Top 5 Tech Companies To Buy For 2014: Trimble Navigation Limited(TRMB)

Trimble Navigation Limited provides positioning, wireless, and software technology solutions. The company?s Engineering and Construction segment offers site positioning systems, construction asset management services, software, and wireless and Internet-based site communications infrastructure solutions that improve productivity, accuracy, safety, and environmental impact in the entire construction process; and productivity solutions for the building construction sectors, as well as designs and markets handheld data collectors, productivity survey and mapping equipment, and data collection software for field use. Its Field Solutions segment provides guidance and positioning systems, automated application systems, and information management solutions to improve crop performance, profitability, and environmental quality; and handheld data collectors that gather information in the field. The company?s Mobile Solutions segment offers vehicle solutions, such as GPS receivers, business logic, sensor interfaces, and wireless modems; mobile worker solutions to automate service technician work in the field; and scheduling and dispatch solution, an enterprise software program to optimize scheduling and routing of field service technicians. Its Advanced Devices segment supplies global navigation satellite system modules (GNSS), licensing and complementary technologies, and GNSS-integrated sub-system solutions; supplies global positioning system receivers and embedded modules for aircraft navigation and timing applications; provides GPS-enabled cell phones for outdoor recreational activities; precision products that combine GNSS with inertial sensors; and ultra high frequency radio frequency identification reader modules, radio frequency identification readers, and design services. The company markets its products through dealers, distributors, and authorized representatives worldwide. Trimble Navigation Limited was founded in 1978 and is headquartered in Sunnyvale, California.

Advisors' Opinion:
  • [By Seth Jayson]

    Trimble Navigation (Nasdaq: TRMB  ) reported earnings on April 30. Here are the numbers you need to know.

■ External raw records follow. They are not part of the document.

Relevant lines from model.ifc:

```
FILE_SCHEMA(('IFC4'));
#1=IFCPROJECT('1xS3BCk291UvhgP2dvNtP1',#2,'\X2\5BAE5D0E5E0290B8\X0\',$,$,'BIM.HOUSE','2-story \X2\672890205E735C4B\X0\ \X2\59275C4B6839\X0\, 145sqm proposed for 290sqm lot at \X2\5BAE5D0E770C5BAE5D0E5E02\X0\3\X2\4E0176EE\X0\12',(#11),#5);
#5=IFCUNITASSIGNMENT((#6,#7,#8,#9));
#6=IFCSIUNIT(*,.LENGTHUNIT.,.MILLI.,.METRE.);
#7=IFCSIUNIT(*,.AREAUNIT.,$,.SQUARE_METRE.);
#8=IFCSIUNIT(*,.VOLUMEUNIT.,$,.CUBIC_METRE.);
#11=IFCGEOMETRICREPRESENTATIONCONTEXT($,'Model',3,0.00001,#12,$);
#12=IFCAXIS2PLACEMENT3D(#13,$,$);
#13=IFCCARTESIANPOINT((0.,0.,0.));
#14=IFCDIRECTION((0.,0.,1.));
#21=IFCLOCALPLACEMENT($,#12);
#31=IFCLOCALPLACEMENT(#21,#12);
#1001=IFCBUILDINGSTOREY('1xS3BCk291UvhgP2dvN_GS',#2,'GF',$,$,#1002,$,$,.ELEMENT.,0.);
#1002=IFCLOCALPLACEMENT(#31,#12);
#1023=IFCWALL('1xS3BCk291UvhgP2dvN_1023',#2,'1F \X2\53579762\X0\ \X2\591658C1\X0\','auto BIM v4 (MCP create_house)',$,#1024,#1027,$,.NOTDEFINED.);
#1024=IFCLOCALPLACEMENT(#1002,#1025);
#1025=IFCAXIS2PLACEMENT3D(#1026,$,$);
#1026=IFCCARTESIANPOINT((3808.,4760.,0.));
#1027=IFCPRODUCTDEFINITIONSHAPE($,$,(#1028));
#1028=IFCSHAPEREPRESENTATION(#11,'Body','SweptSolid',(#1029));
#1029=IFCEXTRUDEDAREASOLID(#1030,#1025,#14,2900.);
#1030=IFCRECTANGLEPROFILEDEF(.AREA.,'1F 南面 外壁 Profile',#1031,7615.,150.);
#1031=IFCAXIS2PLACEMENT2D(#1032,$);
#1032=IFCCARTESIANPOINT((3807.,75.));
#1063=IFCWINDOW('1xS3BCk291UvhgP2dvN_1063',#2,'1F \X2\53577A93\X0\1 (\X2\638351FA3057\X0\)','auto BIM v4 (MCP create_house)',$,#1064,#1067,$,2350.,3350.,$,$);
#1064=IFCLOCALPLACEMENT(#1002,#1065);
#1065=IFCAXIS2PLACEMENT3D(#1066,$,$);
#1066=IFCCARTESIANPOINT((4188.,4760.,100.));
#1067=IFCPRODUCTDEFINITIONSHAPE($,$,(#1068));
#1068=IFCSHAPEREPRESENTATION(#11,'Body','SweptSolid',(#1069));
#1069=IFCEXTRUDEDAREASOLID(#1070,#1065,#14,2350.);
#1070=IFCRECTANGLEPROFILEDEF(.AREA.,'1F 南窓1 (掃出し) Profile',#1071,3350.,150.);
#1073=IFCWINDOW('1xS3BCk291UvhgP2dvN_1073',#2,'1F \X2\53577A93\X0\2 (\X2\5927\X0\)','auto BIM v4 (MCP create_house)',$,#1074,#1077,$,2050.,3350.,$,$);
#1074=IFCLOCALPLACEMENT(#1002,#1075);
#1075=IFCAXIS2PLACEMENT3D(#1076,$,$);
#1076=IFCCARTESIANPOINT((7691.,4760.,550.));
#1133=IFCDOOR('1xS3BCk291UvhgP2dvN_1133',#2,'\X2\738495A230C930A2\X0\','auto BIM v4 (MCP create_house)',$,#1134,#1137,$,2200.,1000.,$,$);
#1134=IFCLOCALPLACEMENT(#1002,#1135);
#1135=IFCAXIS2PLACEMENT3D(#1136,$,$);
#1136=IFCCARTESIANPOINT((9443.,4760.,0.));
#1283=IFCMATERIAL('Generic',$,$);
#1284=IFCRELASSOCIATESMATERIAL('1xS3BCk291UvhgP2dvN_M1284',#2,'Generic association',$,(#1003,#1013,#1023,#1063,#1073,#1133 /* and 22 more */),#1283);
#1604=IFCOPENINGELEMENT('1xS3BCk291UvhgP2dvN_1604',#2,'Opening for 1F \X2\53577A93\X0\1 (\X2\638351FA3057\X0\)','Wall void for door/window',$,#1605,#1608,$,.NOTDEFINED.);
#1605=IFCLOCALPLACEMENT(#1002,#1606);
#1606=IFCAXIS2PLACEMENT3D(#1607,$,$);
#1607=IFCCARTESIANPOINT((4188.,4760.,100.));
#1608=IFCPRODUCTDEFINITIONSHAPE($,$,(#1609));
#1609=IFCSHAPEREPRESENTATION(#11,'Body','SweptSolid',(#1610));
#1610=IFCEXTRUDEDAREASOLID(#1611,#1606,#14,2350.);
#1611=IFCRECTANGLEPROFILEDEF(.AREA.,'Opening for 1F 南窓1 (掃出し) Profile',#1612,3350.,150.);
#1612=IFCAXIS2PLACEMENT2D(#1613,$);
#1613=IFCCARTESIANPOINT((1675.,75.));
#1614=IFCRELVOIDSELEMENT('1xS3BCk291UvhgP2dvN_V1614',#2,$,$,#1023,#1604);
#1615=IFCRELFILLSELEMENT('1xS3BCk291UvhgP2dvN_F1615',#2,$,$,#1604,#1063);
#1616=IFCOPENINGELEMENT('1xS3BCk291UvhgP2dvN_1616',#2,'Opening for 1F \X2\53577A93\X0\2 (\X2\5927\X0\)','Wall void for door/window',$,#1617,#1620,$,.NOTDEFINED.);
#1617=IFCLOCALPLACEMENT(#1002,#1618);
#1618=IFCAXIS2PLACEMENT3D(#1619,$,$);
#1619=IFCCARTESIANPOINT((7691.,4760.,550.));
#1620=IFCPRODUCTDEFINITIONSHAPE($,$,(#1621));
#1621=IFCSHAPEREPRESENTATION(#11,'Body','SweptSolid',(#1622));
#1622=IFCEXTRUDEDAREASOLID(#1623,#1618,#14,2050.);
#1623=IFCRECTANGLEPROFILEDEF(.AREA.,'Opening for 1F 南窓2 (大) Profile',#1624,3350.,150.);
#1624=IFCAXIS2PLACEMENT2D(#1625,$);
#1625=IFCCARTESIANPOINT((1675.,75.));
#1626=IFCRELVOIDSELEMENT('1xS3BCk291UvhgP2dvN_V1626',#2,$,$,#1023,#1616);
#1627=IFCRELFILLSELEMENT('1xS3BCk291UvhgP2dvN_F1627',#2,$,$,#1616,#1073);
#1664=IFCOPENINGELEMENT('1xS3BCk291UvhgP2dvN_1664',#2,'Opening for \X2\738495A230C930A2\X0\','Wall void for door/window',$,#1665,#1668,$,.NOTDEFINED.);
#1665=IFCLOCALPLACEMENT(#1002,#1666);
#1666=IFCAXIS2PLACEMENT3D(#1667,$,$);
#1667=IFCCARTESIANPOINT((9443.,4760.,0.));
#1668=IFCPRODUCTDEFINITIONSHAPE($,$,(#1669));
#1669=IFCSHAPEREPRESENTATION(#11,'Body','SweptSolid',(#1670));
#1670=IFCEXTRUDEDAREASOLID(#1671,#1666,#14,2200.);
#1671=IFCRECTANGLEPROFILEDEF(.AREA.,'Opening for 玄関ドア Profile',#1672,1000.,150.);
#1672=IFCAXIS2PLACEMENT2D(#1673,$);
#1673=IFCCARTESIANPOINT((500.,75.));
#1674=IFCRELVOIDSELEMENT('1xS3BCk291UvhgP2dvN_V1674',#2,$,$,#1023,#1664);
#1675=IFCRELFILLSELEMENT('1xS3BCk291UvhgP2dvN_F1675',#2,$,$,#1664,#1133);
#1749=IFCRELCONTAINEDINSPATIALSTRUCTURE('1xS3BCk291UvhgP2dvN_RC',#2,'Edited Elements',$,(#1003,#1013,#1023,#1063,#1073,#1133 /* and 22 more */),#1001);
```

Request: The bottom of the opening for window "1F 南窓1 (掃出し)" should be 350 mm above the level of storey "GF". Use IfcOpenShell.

```python
import numpy as np
import ifcopenshell
import ifcopenshell.api.geometry
import ifcopenshell.geom
import ifcopenshell.util.element
import ifcopenshell.util.placement
import ifcopenshell.util.shape
import ifcopenshell.util.unit

model = ifcopenshell.open("model.ifc")
unit_scale = ifcopenshell.util.unit.calculate_unit_scale(model)

window = model.by_id(1063)
opening = window.FillsVoids[0].RelatingOpeningElement
storey = ifcopenshell.util.element.get_container(window, ifc_class="IfcBuildingStorey")
level = ifcopenshell.util.placement.get_local_placement(storey.ObjectPlacement)[2, 3]

# The opening's origin need not be at the sill, so measure its lowest point.
shape = ifcopenshell.geom.create_shape(ifcopenshell.geom.settings(), opening)
bottom = ifcopenshell.util.shape.get_shape_bottom_elevation(shape, shape.geometry) / unit_scale
dz = level + 0.35 / unit_scale - bottom

shift = np.array([0.0, 0.0, dz])
# The window is not placed relative to its opening, so move both.
for product in (opening, window):
    matrix = ifcopenshell.util.placement.get_local_placement(product.ObjectPlacement)
    matrix[:3, 3] += shift
    ifcopenshell.api.geometry.edit_object_placement(model, product=product, matrix=matrix, is_si=False)

print(f"moved by {dz * unit_scale:+.3f} m")

model.write("model_updated.ifc")
```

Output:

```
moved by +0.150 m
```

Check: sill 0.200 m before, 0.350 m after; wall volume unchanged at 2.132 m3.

    The 10-second takeaway
    For the quarter ended March 31 (Q1), Trimble Navigation missed estimates on revenues and beat expectations on earnings per share.

  • [By Rich Smith]

    Sunnyvale, Calif.-based Trimble (NASDAQ: TRMB  ) needs a new CFO.

    On Monday after close of trading, the maker of GPS products for industrial use announced that Chief Financial Officer Rajat Bahri has decided to take a job with a private equity firm, and will be leaving Trimble effective June 3.